## Records provided
────────────────

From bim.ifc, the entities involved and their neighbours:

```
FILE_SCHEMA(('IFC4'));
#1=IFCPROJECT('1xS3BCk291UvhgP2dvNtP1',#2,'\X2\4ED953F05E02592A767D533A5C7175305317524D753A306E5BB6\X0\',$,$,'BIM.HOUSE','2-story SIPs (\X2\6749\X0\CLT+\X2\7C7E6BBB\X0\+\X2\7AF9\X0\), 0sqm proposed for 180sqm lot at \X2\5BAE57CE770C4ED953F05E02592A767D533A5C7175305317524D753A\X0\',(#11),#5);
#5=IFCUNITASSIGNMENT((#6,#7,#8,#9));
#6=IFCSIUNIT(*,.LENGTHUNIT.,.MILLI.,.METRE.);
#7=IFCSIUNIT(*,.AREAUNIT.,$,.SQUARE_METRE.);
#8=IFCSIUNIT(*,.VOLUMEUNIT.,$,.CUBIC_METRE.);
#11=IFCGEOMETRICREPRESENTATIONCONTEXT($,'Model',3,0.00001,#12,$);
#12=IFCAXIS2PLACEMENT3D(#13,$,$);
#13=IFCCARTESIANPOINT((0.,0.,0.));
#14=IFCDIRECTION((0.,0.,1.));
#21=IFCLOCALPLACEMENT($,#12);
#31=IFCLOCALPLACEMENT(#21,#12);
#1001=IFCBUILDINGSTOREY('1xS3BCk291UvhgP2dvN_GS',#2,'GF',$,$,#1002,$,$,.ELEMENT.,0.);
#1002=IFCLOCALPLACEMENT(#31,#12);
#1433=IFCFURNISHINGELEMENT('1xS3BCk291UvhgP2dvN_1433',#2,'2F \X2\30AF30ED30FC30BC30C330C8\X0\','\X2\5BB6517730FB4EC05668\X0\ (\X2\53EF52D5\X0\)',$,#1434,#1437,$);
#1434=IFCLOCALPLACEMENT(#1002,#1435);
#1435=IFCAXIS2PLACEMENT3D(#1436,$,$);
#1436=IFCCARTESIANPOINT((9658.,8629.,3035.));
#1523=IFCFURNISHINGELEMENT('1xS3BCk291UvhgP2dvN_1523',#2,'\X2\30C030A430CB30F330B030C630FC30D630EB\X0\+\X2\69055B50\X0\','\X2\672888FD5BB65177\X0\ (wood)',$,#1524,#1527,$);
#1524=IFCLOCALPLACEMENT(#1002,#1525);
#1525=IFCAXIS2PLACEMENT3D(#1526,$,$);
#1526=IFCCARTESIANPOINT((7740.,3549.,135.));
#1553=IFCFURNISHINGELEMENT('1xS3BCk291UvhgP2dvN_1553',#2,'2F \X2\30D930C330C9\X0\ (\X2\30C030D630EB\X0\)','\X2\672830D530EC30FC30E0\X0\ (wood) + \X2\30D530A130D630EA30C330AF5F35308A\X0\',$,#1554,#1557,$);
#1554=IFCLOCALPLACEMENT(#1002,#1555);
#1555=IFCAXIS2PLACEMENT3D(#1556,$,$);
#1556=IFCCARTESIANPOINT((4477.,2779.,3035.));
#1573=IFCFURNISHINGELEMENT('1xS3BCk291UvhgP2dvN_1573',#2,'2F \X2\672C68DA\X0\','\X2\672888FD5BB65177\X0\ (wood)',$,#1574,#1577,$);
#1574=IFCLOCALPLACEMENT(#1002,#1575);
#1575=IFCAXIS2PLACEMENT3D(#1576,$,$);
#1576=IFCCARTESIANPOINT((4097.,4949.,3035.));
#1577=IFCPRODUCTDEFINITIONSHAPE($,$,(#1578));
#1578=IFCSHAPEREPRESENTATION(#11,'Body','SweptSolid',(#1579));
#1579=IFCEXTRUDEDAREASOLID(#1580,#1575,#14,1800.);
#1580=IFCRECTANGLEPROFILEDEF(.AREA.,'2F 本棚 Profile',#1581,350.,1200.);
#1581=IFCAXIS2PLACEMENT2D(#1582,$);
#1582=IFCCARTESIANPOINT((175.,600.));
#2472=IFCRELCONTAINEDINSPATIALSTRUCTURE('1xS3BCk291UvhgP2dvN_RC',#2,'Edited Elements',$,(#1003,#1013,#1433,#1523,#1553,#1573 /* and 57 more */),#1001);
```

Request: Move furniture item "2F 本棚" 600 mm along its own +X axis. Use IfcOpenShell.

```python
import ifcopenshell
import ifcopenshell.api.geometry
import ifcopenshell.util.placement

model = ifcopenshell.open("bim.ifc")

item = model.by_id(1573)
matrix = ifcopenshell.util.placement.get_local_placement(item.ObjectPlacement)
matrix[:3, 3] += matrix[:3, 0] * 600.0
ifcopenshell.api.geometry.edit_object_placement(model, product=item, matrix=matrix, is_si=False)

print(ifcopenshell.util.placement.get_local_placement(item.ObjectPlacement).round(3) + 0.0)

model.write("bim_edited.ifc")
```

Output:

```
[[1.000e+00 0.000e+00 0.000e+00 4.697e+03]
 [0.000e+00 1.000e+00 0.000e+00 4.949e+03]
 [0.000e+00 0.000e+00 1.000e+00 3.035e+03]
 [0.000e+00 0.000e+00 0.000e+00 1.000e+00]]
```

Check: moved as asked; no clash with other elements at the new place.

────────────────

## Work item
Repeat each entry exactly, so that nothing in the listing is lost.

## Final answer
From bim.ifc, the entities involved and their neighbours:

```
FILE_SCHEMA(('IFC4'));
#1=IFCPROJECT('1xS3BCk291UvhgP2dvNtP1',#2,'\X2\4ED953F05E02592A767D533A5C7175305317524D753A306E5BB6\X0\',$,$,'BIM.HOUSE','2-story SIPs (\X2\6749\X0\CLT+\X2\7C7E6BBB\X0\+\X2\7AF9\X0\), 0sqm proposed for 180sqm lot at \X2\5BAE57CE770C4ED953F05E02592A767D533A5C7175305317524D753A\X0\',(#11),#5);
#5=IFCUNITASSIGNMENT((#6,#7,#8,#9));
#6=IFCSIUNIT(*,.LENGTHUNIT.,.MILLI.,.METRE.);
#7=IFCSIUNIT(*,.AREAUNIT.,$,.SQUARE_METRE.);
#8=IFCSIUNIT(*,.VOLUMEUNIT.,$,.CUBIC_METRE.);
#11=IFCGEOMETRICREPRESENTATIONCONTEXT($,'Model',3,0.00001,#12,$);
#12=IFCAXIS2PLACEMENT3D(#13,$,$);
#13=IFCCARTESIANPOINT((0.,0.,0.));
#14=IFCDIRECTION((0.,0.,1.));
#21=IFCLOCALPLACEMENT($,#12);
#31=IFCLOCALPLACEMENT(#21,#12);
#1001=IFCBUILDINGSTOREY('1xS3BCk291UvhgP2dvN_GS',#2,'GF',$,$,#1002,$,$,.ELEMENT.,0.);
#1002=IFCLOCALPLACEMENT(#31,#12);
#1433=IFCFURNISHINGELEMENT('1xS3BCk291UvhgP2dvN_1433',#2,'2F \X2\30AF30ED30FC30BC30C330C8\X0\','\X2\5BB6517730FB4EC05668\X0\ (\X2\53EF52D5\X0\)',$,#1434,#1437,$);
#1434=IFCLOCALPLACEMENT(#1002,#1435);
#1435=IFCAXIS2PLACEMENT3D(#1436,$,$);
#1436=IFCCARTESIANPOINT((9658.,8629.,3035.));
#1523=IFCFURNISHINGELEMENT('1xS3BCk291UvhgP2dvN_1523',#2,'\X2\30C030A430CB30F330B030C630FC30D630EB\X0\+\X2\69055B50\X0\','\X2\672888FD5BB65177\X0\ (wood)',$,#1524,#1527,$);
#1524=IFCLOCALPLACEMENT(#1002,#1525);
#1525=IFCAXIS2PLACEMENT3D(#1526,$,$);
#1526=IFCCARTESIANPOINT((7740.,3549.,135.));
#1553=IFCFURNISHINGELEMENT('1xS3BCk291UvhgP2dvN_1553',#2,'2F \X2\30D930C330C9\X0\ (\X2\30C030D630EB\X0\)','\X2\672830D530EC30FC30E0\X0\ (wood) + \X2\30D530A130D630EA30C330AF5F35308A\X0\',$,#1554,#1557,$);
#1554=IFCLOCALPLACEMENT(#1002,#1555);
#1555=IFCAXIS2PLACEMENT3D(#1556,$,$);
#1556=IFCCARTESIANPOINT((4477.,2779.,3035.));
#1573=IFCFURNISHINGELEMENT('1xS3BCk291UvhgP2dvN_1573',#2,'2F \X2\672C68DA\X0\','\X2\672888FD5BB65177\X0\ (wood)',$,#1574,#1577,$);
#1574=IFCLOCALPLACEMENT(#1002,#1575);
#1575=IFCAXIS2PLACEMENT3D(#1576,$,$);
#1576=IFCCARTESIANPOINT((4097.,4949.,3035.));
#1577=IFCPRODUCTDEFINITIONSHAPE($,$,(#1578));
#1578=IFCSHAPEREPRESENTATION(#11,'Body','SweptSolid',(#1579));
#1579=IFCEXTRUDEDAREASOLID(#1580,#1575,#14,1800.);
#1580=IFCRECTANGLEPROFILEDEF(.AREA.,'2F 本棚 Profile',#1581,350.,1200.);
#1581=IFCAXIS2PLACEMENT2D(#1582,$);
#1582=IFCCARTESIANPOINT((175.,600.));
#2472=IFCRELCONTAINEDINSPATIALSTRUCTURE('1xS3BCk291UvhgP2dvN_RC',#2,'Edited Elements',$,(#1003,#1013,#1433,#1523,#1553,#1573 /* and 57 more */),#1001);
```

Request: Move furniture item "2F 本棚" 600 mm along its own +X axis. Use IfcOpenShell.

```python
import ifcopenshell
import ifcopenshell.api.geometry
import ifcopenshell.util.placement

model = ifcopenshell.open("bim.ifc")

item = model.by_id(1573)
matrix = ifcopenshell.util.placement.get_local_placement(item.ObjectPlacement)
matrix[:3, 3] += matrix[:3, 0] * 600.0
ifcopenshell.api.geometry.edit_object_placement(model, product=item, matrix=matrix, is_si=False)

print(ifcopenshell.util.placement.get_local_placement(item.ObjectPlacement).round(3) + 0.0)

model.write("bim_edited.ifc")
```

Output:

```
[[1.000e+00 0.000e+00 0.000e+00 4.697e+03]
 [0.000e+00 1.000e+00 0.000e+00 4.949e+03]
 [0.000e+00 0.000e+00 1.000e+00 3.035e+03]
 [0.000e+00 0.000e+00 0.000e+00 1.000e+00]]
```

Check: moved as asked; no clash with other elements at the new place.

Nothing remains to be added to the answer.